Напомню, шел третий день, и у нас к ним пока претензий не было. Он втолковывал нам, что классовая борьба – понятие отжившее, возмутительный архаизм в эпоху Интернета. Технологические и социальные потрясения разрушили эти пережитки и непонятно, почему неглупые вроде бы люди при каждом удобном случае продолжают вытаскивать их на свет и считать врагом объединение предпринимателей. По мнению Пинетти, сотрудники любого предприятия должны быть заинтересованы в его процветании. В условиях яростной международной конкуренции нельзя позволять себе внутренние конфликты, подозрительность и требования, несовместимые с целями. Брижит Обер возразила, что слова эти стары как мир, богатые и бедные существовали всегда, и Интернет ничего не меняет. Пинетти ответил, что нужно отбросить мечты о равенстве; все системы, провозгласившие его, рухнули, тогда как те, в которых трезво смотрели на вещи, отличались устойчивой жизнеспособностью. Эль-Фатави спросил Пинетти, не рассматривает ли он общество как человеческое тело, члены которого имеют специфические функции, а каждая клеточка организма находится на своем месте.

– Именно так, – ответил тот.

– Тогда вы совершенный фашист, – отбрил его эль-Фатави. – Подобная органистическая теория лежит в основе теории фашизма.

– Господи, да вы интеллектуал! – посочувствовал ему Пинетти.

– Это тоже типично для фашизма, – заметил эль-Фатави.

Пинетти вспылил:

– В таком случае, господин профессор, где полицейские собаки? Где сторожевые вышки? Политзаключенные? Никогда еще это общество не было таким свободным!

– Потому что вам удалось разрушить коллективное согласие. Остались только эгоисты-одиночки. А наверху – люди, решающие за всех от имени технократии. Нет восстаний, но стало больше убийств, случаев депрессий и самоубийств. Больше нет политзаключенных, это правда, зато в четыре раза увеличилось количество уголовников. Стало меньше забастовок, а тюрьмы переполнены.

– Переполнены потому, что люди не вписались в игру. Соблюдайте правила – и не будет проблем. Сила заменилась правом. Разве это не прогресс?

– А кто устанавливает это право? Кто пишет законы?

– Вы. Я. Через тех, кого мы избираем.

– Вздор! Это сотни технократов, никем не контролируемых, которых пугает только колебание финансовых рынков. Им нет необходимости выравнивать законы, они выпускают указ и заставляют судей следовать ему. Все движется в одном направлении – в сторону международных корпораций и США, что одно и то же. Надо быть идиотом, вроде Милошевича, чтобы получить бомбы в морду. А цивилизованным людям, если валюта обесценивается на одну десятую процента, сразу ясно, что они сделали глупость. Значит, надо стоять смирно и повиноваться.

– Ну конечно. Ведь существуют законы рентабельности, общие для всех. Законы экономики так же непреложны, как законы природы, по которым мы дышим, едим, ходим в туалет – против них не попрешь. Вас этому учили на факультете? Если вы их нарушаете, это то же, что отказаться дышать, – вы гибнете.

– А если вы их соблюдаете, то все равно погибнете. Дело в том, что подыхают другие. Вот и вся разница.

– Когда же это кончится? – простонал Моран. – Можно подумать, что мы слушаем программу «Франция – культуре».

– Надо же, – протянула Лоранс с невинным видом, – господин Моран даже знает о существовании этой программы. Поразительно…

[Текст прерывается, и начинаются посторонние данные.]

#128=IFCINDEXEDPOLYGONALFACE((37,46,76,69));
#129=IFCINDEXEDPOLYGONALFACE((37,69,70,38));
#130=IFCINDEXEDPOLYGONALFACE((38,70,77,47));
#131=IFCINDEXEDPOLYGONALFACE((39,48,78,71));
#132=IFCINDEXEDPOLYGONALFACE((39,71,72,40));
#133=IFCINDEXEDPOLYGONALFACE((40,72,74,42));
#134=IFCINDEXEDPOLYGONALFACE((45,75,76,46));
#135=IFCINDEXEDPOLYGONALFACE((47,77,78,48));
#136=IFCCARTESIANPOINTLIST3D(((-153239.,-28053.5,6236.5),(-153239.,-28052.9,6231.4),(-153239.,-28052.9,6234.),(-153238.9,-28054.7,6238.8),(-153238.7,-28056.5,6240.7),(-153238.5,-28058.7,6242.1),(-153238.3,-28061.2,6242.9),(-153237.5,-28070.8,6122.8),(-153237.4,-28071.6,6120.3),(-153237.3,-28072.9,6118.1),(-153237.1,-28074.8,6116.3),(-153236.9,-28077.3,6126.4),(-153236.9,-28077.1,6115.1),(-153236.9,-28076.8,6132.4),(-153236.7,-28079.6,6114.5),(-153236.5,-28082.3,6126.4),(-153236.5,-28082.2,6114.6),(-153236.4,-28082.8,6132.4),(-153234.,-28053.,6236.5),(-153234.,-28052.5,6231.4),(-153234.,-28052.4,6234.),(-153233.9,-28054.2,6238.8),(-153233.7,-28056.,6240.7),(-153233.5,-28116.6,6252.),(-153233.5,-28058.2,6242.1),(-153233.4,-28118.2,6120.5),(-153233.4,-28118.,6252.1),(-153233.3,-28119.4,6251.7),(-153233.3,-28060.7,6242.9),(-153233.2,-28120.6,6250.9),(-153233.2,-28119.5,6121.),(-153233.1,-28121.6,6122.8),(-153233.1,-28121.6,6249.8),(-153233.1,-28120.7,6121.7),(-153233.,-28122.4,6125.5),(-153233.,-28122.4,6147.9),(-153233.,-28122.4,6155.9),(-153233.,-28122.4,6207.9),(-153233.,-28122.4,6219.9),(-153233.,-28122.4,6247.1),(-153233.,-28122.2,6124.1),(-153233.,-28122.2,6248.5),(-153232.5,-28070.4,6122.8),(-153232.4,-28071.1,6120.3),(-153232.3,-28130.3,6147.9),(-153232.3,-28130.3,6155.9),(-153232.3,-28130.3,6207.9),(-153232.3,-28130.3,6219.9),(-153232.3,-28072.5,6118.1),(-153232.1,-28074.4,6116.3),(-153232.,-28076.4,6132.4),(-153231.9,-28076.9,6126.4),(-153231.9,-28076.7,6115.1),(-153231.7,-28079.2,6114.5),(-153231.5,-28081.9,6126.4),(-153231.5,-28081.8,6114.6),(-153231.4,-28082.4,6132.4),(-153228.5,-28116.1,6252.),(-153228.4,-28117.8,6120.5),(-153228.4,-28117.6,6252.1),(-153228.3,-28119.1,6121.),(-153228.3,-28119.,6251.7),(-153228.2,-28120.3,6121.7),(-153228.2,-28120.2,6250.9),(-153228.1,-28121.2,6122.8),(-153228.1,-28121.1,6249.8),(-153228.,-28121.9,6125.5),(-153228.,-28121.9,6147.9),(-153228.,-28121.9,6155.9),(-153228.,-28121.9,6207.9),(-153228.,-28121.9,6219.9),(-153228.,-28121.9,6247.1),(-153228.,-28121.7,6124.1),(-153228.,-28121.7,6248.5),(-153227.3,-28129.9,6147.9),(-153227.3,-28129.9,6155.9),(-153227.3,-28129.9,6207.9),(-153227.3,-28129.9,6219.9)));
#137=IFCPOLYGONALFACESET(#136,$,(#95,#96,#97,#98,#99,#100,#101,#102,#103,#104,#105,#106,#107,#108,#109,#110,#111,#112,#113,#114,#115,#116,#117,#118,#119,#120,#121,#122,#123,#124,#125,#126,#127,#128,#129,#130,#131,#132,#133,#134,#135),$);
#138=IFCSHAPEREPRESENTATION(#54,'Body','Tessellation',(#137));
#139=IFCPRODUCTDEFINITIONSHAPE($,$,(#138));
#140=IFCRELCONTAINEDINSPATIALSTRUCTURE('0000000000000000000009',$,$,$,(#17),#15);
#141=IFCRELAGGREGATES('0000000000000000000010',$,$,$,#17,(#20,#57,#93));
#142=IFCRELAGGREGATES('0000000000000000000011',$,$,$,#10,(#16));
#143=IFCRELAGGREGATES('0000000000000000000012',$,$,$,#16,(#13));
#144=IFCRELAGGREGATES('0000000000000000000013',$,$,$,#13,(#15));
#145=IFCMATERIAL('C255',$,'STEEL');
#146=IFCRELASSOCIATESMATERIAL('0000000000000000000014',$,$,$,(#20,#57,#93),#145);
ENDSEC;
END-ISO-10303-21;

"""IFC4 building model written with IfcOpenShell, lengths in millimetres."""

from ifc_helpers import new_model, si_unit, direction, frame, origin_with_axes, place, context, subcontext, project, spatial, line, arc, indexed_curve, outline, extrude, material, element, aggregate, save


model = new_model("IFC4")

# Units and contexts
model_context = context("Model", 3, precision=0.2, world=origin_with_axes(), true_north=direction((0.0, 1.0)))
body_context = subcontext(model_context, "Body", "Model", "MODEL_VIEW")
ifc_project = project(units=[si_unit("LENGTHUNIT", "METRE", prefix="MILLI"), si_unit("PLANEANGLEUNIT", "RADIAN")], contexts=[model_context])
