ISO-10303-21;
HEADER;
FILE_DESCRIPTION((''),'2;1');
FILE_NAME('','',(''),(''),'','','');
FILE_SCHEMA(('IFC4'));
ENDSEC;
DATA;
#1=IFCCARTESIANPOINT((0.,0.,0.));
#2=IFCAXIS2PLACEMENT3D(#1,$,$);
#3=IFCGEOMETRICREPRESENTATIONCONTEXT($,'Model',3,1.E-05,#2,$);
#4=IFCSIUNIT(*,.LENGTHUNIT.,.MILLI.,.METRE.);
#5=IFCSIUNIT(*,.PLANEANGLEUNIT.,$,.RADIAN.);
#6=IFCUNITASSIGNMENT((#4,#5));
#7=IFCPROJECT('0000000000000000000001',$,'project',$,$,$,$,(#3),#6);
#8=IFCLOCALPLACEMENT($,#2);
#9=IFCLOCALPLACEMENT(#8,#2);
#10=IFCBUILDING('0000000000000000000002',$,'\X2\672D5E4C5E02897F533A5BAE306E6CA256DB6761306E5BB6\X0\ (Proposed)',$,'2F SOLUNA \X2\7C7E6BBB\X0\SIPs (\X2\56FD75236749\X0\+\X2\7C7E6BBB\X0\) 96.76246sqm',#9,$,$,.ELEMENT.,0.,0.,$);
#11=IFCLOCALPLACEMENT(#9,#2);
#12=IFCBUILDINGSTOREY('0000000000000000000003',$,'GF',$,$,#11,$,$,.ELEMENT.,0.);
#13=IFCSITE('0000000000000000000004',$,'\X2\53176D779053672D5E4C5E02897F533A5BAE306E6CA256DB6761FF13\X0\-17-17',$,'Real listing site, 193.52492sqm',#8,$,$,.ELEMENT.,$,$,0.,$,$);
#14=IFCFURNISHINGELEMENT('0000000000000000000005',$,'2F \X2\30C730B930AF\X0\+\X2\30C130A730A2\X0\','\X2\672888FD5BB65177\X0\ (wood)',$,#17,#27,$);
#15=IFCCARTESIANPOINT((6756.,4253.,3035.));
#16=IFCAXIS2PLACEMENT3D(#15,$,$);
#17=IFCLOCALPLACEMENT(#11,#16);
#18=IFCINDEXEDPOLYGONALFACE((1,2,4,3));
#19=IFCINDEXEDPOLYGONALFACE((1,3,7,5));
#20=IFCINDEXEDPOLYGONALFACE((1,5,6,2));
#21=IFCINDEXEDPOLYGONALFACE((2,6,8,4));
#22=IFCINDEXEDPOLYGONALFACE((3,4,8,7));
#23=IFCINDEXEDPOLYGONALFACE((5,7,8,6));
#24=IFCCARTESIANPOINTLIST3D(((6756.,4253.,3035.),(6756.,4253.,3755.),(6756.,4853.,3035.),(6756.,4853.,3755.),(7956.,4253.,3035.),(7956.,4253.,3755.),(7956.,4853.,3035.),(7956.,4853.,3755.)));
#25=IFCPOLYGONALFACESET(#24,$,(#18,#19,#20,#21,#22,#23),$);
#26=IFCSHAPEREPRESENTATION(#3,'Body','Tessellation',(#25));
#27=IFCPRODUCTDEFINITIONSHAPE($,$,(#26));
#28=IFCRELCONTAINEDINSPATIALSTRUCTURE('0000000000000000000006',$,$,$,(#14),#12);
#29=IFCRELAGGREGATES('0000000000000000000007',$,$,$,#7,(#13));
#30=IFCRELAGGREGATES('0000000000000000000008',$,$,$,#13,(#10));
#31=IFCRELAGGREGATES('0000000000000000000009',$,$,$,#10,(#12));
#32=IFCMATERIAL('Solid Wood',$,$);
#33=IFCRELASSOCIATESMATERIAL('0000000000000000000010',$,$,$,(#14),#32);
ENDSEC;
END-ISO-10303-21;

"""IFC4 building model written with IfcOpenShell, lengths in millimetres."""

from ifc_helpers import new_model, si_unit, frame, frame_2d, origin, place, context, project, spatial, rectangle, extrude, material, element, save


model = new_model("IFC4")

# Units and contexts
model_context = context("Model", 3, precision=1e-05, world=origin())
ifc_project = project(units=[si_unit("LENGTHUNIT", "METRE", prefix="MILLI"), si_unit("PLANEANGLEUNIT", "RADIAN")], contexts=[model_context])

# Site, building, storey
site_placement = place(None, origin())
site = spatial("IfcSite", under=ifc_project, at=site_placement, Name="北海道札幌市西区宮の沢四条３-17-17", ObjectType="Real listing site, 193.52492sqm", CompositionType="ELEMENT", RefElevation=0.0)
building_placement = place(site_placement, origin())
building = spatial("IfcBuilding", under=site, at=building_placement, Name="札幌市西区宮の沢四条の家 (Proposed)", ObjectType="2F SOLUNA 籾殻SIPs (国産杉+籾殻) 96.76246sqm", CompositionType="ELEMENT", ElevationOfRefHeight=0.0, ElevationOfTerrain=0.0)
storey_placement = place(building_placement, origin())
storey = spatial("IfcBuildingStorey", under=building, at=storey_placement, Name="GF", CompositionType="ELEMENT", Elevation=0.0)

# Shared definitions
ifc_material_1 = material(Name="Solid Wood")

# Furnishing element
furnishing_1_placement = place(storey_placement, frame((6756.0, 4253.0, 3035.0)))
element("IfcFurnishingElement", 1, at=furnishing_1_placement, inside=storey, material=ifc_material_1, Name="2F デスク+チェア", Description="木製家具 (wood)", context=model_context, shape_type="SweptSolid", body=[
    extrude(rectangle(XDim=1200.0, YDim=600.0, at=frame_2d((600.0, 300.0))), frame((6756.0, 4253.0, 3035.0)), (0.0, 0.0, 1.0), 720.0),
])

save(model, "model.ifc")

Атмосфера ужина была пропитана ядом. Вся команда Лоранс дышала злостью и мстила за свою неудачу, нападая на приближенных Шарриака. Уверен, восхваляй Пинетти Сталина, эль-Фатави встал бы на защиту либерализма. Они всячески изворачивались, чтобы, не произнося вслух, выразить свою мысль: «Вы негодяй, и я вас ненавижу». В большинстве случаев это называется дискуссией, все остальное – дымовая завеса.

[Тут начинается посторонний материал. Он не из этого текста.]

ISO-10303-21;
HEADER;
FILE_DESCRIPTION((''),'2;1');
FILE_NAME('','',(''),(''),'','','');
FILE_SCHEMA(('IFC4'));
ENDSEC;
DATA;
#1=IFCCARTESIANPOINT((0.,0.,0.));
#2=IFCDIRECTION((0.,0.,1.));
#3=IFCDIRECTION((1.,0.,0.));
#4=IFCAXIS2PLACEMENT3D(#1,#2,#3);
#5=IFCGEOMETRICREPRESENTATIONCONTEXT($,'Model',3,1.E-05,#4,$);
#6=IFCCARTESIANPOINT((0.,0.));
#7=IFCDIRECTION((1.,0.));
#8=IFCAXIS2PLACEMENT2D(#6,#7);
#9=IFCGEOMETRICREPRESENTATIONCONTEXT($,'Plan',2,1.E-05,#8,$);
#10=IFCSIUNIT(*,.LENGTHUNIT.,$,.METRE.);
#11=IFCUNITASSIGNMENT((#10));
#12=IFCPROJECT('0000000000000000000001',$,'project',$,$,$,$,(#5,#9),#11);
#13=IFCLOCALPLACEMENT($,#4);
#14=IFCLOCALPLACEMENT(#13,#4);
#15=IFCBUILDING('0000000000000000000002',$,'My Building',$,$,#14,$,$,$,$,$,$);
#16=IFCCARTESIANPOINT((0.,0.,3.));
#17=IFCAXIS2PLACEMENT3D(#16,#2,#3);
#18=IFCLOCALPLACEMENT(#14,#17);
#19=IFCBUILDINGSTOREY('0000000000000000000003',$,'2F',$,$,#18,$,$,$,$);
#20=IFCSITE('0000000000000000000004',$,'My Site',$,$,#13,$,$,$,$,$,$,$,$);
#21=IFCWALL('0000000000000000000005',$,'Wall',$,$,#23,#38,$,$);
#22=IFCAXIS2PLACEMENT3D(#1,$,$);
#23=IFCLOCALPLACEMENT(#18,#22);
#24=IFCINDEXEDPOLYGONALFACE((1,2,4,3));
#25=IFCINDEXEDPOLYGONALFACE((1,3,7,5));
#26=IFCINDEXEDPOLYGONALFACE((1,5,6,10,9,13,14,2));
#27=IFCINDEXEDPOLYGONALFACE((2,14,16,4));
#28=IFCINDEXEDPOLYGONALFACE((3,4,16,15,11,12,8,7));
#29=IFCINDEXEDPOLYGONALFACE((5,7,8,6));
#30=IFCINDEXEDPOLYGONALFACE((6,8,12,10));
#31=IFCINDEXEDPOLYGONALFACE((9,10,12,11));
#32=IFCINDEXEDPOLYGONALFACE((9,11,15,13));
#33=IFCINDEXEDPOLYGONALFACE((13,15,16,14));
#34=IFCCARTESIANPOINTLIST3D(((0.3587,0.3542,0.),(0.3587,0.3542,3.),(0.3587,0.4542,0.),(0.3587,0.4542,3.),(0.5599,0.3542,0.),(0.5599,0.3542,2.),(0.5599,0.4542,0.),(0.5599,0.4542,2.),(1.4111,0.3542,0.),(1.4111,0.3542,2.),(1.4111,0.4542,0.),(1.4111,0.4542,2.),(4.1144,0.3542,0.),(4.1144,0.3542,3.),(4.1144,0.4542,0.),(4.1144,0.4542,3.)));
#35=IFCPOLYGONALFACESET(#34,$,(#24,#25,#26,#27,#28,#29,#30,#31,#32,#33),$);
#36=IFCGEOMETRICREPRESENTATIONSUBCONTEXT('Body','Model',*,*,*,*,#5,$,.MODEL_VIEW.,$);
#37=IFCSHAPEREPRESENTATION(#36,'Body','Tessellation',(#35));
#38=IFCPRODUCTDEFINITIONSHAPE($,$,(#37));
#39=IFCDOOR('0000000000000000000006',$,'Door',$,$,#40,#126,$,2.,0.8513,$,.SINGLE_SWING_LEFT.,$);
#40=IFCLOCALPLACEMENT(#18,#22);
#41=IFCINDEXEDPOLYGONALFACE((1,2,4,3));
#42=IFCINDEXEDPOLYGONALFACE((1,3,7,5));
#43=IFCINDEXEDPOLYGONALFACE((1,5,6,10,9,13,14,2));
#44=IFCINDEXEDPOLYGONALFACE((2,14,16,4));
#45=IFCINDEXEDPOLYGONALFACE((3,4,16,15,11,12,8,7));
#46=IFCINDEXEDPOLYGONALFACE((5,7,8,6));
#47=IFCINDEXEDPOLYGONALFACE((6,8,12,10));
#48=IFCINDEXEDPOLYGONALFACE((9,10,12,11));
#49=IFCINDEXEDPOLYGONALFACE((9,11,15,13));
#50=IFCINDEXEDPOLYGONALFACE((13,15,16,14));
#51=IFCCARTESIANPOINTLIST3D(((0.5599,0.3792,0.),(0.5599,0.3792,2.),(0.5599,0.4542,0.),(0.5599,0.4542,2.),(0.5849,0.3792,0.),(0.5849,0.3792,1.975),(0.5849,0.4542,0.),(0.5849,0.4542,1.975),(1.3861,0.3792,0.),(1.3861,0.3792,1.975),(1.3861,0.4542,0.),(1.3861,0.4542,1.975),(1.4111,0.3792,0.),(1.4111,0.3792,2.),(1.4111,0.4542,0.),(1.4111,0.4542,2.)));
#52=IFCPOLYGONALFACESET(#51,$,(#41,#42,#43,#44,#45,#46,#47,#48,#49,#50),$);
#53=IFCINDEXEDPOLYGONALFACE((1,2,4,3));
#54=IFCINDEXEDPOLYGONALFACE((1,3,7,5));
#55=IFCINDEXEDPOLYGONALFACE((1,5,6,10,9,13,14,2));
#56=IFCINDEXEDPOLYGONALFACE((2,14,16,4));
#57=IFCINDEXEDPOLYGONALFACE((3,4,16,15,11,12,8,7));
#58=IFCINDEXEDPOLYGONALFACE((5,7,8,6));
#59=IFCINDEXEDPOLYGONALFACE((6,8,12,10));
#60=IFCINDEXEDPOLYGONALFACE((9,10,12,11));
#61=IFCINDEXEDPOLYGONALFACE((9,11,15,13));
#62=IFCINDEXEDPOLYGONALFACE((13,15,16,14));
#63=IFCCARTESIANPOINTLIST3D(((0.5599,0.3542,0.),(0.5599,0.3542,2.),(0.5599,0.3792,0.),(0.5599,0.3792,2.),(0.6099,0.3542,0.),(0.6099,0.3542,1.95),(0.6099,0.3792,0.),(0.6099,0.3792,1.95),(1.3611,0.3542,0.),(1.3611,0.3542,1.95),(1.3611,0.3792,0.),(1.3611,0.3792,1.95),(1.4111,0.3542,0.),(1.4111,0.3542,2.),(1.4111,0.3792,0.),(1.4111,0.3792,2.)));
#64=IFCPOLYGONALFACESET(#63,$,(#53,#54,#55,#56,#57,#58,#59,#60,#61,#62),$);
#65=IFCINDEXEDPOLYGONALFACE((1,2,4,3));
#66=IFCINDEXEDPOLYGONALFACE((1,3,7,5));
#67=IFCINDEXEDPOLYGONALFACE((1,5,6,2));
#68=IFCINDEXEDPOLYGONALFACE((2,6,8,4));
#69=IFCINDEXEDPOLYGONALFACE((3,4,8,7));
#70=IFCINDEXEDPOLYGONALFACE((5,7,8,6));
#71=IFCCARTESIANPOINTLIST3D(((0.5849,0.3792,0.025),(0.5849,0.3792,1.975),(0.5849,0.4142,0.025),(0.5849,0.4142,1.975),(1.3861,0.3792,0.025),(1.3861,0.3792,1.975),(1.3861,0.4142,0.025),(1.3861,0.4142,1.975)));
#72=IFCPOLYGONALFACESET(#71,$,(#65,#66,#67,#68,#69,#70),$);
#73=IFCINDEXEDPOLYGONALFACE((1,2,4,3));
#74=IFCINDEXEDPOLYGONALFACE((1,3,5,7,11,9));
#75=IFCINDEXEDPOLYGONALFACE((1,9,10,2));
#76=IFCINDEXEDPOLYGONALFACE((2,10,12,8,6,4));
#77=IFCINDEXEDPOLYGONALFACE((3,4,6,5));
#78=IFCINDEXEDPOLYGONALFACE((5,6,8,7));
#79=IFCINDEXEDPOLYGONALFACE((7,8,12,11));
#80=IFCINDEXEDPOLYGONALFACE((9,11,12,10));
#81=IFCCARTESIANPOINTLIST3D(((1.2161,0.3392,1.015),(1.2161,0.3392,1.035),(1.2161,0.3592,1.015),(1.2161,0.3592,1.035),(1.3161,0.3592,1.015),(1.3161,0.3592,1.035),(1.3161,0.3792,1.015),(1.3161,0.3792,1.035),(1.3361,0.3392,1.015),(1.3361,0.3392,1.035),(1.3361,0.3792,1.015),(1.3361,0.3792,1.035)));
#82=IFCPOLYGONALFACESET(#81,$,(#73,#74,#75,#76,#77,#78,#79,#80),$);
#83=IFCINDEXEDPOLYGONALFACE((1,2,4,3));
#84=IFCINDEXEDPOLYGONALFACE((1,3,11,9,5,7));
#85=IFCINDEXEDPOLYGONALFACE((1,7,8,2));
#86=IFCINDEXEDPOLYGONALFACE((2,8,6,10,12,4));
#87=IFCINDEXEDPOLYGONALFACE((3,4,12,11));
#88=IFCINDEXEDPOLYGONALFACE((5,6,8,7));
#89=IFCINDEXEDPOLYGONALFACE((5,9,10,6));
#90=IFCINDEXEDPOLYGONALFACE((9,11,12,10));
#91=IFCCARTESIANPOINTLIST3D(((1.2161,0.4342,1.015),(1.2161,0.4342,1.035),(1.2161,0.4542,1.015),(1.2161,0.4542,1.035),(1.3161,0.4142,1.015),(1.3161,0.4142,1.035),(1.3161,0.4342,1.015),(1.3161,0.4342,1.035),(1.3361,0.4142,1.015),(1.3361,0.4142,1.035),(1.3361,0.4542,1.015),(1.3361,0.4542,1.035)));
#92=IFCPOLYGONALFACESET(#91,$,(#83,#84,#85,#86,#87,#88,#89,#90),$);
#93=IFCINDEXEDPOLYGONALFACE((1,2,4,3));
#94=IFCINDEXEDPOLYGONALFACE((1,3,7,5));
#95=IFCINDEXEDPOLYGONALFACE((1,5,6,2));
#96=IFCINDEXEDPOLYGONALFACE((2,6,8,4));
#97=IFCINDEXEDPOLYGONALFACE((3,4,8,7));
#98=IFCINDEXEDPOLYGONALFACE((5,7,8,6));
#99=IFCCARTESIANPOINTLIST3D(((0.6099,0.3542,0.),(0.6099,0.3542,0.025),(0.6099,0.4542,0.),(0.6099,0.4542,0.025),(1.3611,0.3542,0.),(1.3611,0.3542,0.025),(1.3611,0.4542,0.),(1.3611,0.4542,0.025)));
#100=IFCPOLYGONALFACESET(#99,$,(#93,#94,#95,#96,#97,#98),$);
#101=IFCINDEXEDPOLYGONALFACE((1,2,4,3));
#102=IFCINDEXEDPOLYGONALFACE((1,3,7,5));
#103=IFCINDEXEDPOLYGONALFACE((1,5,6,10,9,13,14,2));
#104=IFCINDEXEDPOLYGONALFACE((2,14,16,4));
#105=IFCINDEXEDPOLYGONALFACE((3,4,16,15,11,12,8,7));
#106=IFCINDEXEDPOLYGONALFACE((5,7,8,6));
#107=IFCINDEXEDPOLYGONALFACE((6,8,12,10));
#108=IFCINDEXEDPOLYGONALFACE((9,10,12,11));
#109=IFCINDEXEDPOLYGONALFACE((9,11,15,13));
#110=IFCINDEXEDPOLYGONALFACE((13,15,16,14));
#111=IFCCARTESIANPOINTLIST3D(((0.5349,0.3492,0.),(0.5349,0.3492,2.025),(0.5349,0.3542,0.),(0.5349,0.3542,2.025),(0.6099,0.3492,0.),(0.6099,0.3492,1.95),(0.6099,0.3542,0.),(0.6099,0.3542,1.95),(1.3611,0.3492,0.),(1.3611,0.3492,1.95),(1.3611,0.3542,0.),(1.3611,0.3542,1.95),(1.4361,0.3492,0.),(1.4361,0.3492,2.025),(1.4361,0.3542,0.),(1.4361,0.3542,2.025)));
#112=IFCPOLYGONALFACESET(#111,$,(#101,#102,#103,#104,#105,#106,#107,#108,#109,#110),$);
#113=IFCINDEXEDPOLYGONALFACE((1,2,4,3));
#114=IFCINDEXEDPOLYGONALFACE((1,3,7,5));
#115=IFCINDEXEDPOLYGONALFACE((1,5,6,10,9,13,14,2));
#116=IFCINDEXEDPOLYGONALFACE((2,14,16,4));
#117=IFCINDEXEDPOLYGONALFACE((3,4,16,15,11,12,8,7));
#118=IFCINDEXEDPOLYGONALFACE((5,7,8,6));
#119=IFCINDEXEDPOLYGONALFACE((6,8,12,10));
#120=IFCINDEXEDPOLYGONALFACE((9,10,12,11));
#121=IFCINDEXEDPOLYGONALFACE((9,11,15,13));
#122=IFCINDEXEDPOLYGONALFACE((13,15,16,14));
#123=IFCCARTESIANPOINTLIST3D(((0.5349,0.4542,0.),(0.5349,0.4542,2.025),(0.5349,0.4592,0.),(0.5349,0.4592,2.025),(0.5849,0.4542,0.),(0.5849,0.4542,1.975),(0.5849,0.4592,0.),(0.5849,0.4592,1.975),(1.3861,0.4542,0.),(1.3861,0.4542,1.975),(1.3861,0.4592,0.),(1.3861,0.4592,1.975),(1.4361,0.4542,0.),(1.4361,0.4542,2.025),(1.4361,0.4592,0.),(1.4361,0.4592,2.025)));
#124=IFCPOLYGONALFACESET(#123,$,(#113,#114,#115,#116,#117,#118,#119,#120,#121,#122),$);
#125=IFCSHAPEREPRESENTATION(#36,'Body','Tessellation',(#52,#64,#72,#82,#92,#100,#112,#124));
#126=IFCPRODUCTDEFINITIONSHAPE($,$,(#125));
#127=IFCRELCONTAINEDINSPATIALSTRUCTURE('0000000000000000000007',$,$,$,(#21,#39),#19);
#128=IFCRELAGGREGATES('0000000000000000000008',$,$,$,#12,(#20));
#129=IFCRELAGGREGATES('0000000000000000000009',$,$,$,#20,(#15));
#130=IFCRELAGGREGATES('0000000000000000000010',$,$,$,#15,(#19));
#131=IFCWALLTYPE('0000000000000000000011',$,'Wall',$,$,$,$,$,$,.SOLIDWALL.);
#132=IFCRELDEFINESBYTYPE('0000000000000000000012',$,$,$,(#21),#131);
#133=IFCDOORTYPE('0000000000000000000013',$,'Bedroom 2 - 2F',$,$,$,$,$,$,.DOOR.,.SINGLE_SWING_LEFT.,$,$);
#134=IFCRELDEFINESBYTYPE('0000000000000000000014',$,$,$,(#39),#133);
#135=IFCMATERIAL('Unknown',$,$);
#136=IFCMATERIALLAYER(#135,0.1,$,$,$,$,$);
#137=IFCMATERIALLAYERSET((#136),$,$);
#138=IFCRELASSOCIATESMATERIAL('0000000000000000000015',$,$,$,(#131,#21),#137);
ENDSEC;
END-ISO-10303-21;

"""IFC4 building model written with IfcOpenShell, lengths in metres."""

from ifc_helpers import new_model, entity, si_unit, frame, origin_with_axes, origin_2d_with_axis, place, context, subcontext, project, spatial, line, indexed_curve, outline, extrude, shape, source, transform, mapped, material, layer, layer_set, layer_usage, type_object, type_shapes, element, fill, save


model = new_model("IFC4")

# Units and contexts
model_context = context("Model", 3, precision=1e-05, world=origin_with_axes())
plan_context = context("Plan", 2, precision=1e-05, world=origin_2d_with_axis())
body_context_1 = subcontext(model_context, "Body", "Model", "MODEL_VIEW")
body_context_2 = subcontext(plan_context, "Body", "Plan", "PLAN_VIEW")
ifc_project = project(units=[si_unit("LENGTHUNIT", "METRE")], contexts=[model_context, plan_context])

# Site, building, storey
site_placement = place(None, origin_with_axes())
site = spatial("IfcSite", under=ifc_project, at=site_placement, Name="My Site")
building_placement = place(site_placement, origin_with_axes())
building = spatial("IfcBuilding", under=site, at=building_placement, Name="My Building")
storey_placement = place(building_placement, frame((0.0, 0.0, 3.0), z_axis=(0.0, 0.0, 1.0), x_axis=(1.0, 0.0, 0.0)))
storey = spatial("IfcBuildingStorey", under=building, at=storey_placement, Name="2F")

# Shared definitions
ifc_material = material(Name="Unknown")

# Shared definitions
ifc_layer_1 = layer(ifc_material, 0.1)
ifc_layer_set_1 = layer_set([ifc_layer_1])
wall_type = type_object("IfcWallType", Name="Wall", PredefinedType="SOLIDWALL", material=ifc_layer_set_1)

# Shared definitions
shared_shape_1 = source(origin_with_axes(), body_context_1, "Body", "SweptSolid", [
    extrude(outline(indexed_curve([(0.0, 0.0), (0.8513, 0.0), (0.8513, 2.0), (0.0, 2.0)], segments=[line(1, 2, 3, 4, 1)])), frame((0.0, -0.6, 0.0), z_axis=(0.0, -1.0, 0.0), x_axis=(1.0, 0.0, 0.0)), (0.0, 0.0, -1.0), 1.2),
])
door_type_1 = type_object("IfcDoorType", Name="Bedroom 2 - 2F", OperationType="SINGLE_SWING_LEFT", PredefinedType="DOOR")
shared_shape_2 = source(origin_with_axes(), body_context_1, "Body", "SweptSolid", [
    extrude(outline(indexed_curve([(0.0, 0.0), (0.0, 2.0), (0.8513, 2.0), (0.8513, 0.0), (0.8263, 0.0), (0.8263, 1.975), (0.025, 1.975), (0.025, 0.0)], segments=[line(1, 2, 3, 4, 5, 6, 7, 8, 1)])), frame((0.0, 0.025, 0.0), z_axis=(0.0, -1.0, 0.0), x_axis=(1.0, 0.0, 0.0)), (0.0, 0.0, -1.0), 0.075),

К кофе мы получили сюрприз. Его превосходительство дель Рьеко соизволил присоединиться к нам. Он был в синем блейзере и безупречно белых брюках. Вместе с ним прибыли Жан-Клод и Натали, как всегда сдержанные и молчаливые. Дель Рьеко одарил нас белозубой голливудской улыбкой. Его зеленые глаза дружелюбно поблескивали из-под густых бровей. Он разыгрывал сердечность.

– Надеюсь, я вам не помешаю?

– Напротив, напротив, мы так мало видим вас, – засуетился Пинетти, пододвигая ему стул.